Untitled

I think his point was indeed mainly about deep learning. Linear regression, for example, we understand quite well in what it computes. However, even using these ML methods we understand somewhat better, it is not entirely clear for which problems these methods are effective. We don't really have any clear way to reason why one method would perform better than another for a particular problem, and that's why you often see that people simply try all methods and see what performs best. On top of that it is also generally influenced by the data people use, and also that is not well-understood. In that sense it may also feel a little bit like pseudo-science, although I would agree that some ML methods are somewhat easier to reason about than deep learning.

As for gradient descent, we do indeed understand what it does, but what we understand is that it does not work well in general. Gradient descent finds a local minimum, but this local minimum might be much worse than the global minimum.
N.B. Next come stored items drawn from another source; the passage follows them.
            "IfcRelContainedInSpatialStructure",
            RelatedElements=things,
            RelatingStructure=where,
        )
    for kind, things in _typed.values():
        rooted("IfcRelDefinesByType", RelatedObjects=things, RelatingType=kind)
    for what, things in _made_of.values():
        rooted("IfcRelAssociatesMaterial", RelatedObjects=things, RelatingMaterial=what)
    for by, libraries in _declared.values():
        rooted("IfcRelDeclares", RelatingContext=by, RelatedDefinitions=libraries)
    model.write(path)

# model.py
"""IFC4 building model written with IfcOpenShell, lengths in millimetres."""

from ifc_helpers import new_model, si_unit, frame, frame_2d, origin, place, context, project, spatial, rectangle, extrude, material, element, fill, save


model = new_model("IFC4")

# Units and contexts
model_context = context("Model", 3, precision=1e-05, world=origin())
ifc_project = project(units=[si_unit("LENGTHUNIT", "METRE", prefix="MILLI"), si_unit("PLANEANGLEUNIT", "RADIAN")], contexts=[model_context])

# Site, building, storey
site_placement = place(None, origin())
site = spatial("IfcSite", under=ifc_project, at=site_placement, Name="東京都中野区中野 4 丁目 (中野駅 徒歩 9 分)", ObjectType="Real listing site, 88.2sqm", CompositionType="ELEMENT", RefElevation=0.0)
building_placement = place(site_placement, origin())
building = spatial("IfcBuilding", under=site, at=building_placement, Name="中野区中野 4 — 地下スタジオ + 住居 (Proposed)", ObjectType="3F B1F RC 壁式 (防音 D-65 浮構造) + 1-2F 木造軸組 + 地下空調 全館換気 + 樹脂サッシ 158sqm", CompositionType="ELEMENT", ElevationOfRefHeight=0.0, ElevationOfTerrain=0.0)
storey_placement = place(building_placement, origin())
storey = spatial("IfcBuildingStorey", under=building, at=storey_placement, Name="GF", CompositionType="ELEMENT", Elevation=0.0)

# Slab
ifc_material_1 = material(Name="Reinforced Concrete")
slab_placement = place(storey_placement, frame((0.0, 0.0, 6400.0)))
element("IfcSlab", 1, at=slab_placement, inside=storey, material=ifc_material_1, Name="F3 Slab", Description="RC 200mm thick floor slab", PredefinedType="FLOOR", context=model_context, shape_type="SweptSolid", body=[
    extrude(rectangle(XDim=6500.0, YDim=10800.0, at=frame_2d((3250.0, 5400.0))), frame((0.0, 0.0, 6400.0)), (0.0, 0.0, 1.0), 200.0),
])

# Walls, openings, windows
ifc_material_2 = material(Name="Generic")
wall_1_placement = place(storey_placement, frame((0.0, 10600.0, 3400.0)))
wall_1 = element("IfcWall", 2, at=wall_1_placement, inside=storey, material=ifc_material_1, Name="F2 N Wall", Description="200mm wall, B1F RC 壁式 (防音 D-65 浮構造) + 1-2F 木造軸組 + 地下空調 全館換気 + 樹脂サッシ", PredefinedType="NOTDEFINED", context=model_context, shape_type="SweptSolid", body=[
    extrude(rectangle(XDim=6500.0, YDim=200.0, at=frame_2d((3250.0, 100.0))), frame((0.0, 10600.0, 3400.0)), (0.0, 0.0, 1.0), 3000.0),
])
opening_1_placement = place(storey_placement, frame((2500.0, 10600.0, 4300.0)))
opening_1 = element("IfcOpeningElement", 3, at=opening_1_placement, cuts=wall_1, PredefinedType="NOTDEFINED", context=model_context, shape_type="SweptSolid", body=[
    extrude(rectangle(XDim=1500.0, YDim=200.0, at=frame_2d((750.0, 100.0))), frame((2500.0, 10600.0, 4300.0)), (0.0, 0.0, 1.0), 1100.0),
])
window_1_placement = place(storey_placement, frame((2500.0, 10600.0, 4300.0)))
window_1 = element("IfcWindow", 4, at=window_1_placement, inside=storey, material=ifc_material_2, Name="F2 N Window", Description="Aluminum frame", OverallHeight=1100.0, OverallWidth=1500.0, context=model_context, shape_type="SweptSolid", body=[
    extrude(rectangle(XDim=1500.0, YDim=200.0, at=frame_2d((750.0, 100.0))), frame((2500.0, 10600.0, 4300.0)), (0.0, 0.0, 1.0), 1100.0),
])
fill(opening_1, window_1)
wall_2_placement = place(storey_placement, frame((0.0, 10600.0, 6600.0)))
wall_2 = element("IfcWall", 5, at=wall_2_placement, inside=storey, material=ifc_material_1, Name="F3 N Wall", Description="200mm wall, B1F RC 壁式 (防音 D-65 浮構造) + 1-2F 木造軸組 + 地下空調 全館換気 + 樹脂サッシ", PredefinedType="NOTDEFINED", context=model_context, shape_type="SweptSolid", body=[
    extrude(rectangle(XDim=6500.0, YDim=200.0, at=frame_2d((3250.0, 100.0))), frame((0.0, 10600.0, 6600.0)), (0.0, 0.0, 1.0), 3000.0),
In fact, all we really know about gradient descent is that it finds the global minimum for convex functions. Thus, we cannot really explain why gradient descent (or deep learning for that matter) seems to perform so well in practice (why does it not end up in a bad local minimum?). Also, we have no clear idea for which functions gradient descent is expected to work well, or how we should change things (e.g. how to change the neural network: more layers? more nodes? more connectivity? less connectivity? fewer nodes?) to make the gradient descent work better. And this is one of the main problems. He also mentions that in the video: when it works well, is this because the neural network was designed well, or because the problem was simply just not that hard? There is essentially no way of telling which one it is, at least with the tools we have now.

Therefore I think it is also important for people in machine learning to focus more on trying to understand why some things (e.g. changes to a network, different data) work well, and focus less on trying to (with mostly trial and error) come up with another example of something that works well for some arbitrary problem without understanding why that is actually the case. For the latter type of research you do not really need that much knowledge (in fact, there already exist many tools that do most of the work for you, and this will only become more and more advanced). However, for the first type of research you need much broader knowledge, something that does exist in classical machine learning (this is related to the rigor police he was talking about), but also includes knowledge about algorithms and optimization.

It is clearly enticing for students to start building deep learning networks that can do (seemingly) impressive things, because it makes them feel very powerful (similar things can be said for programming in Python, without knowing the more low-level stuff you for example find in C++). Surely, it is more effective in getting certain things done, but when it goes wrong or you are trying to understand some weird behavior, you will need to have some broader knowledge to fall back on. That's why I believe that students (especially honor students, who should be leaders of the future) should be equipped with broader knowledge. I think machine learning can play an important role in the future, but we should educate the future engineers with the toolset they need to lift machine learning (especially deep learning) to the next, more scientific, level.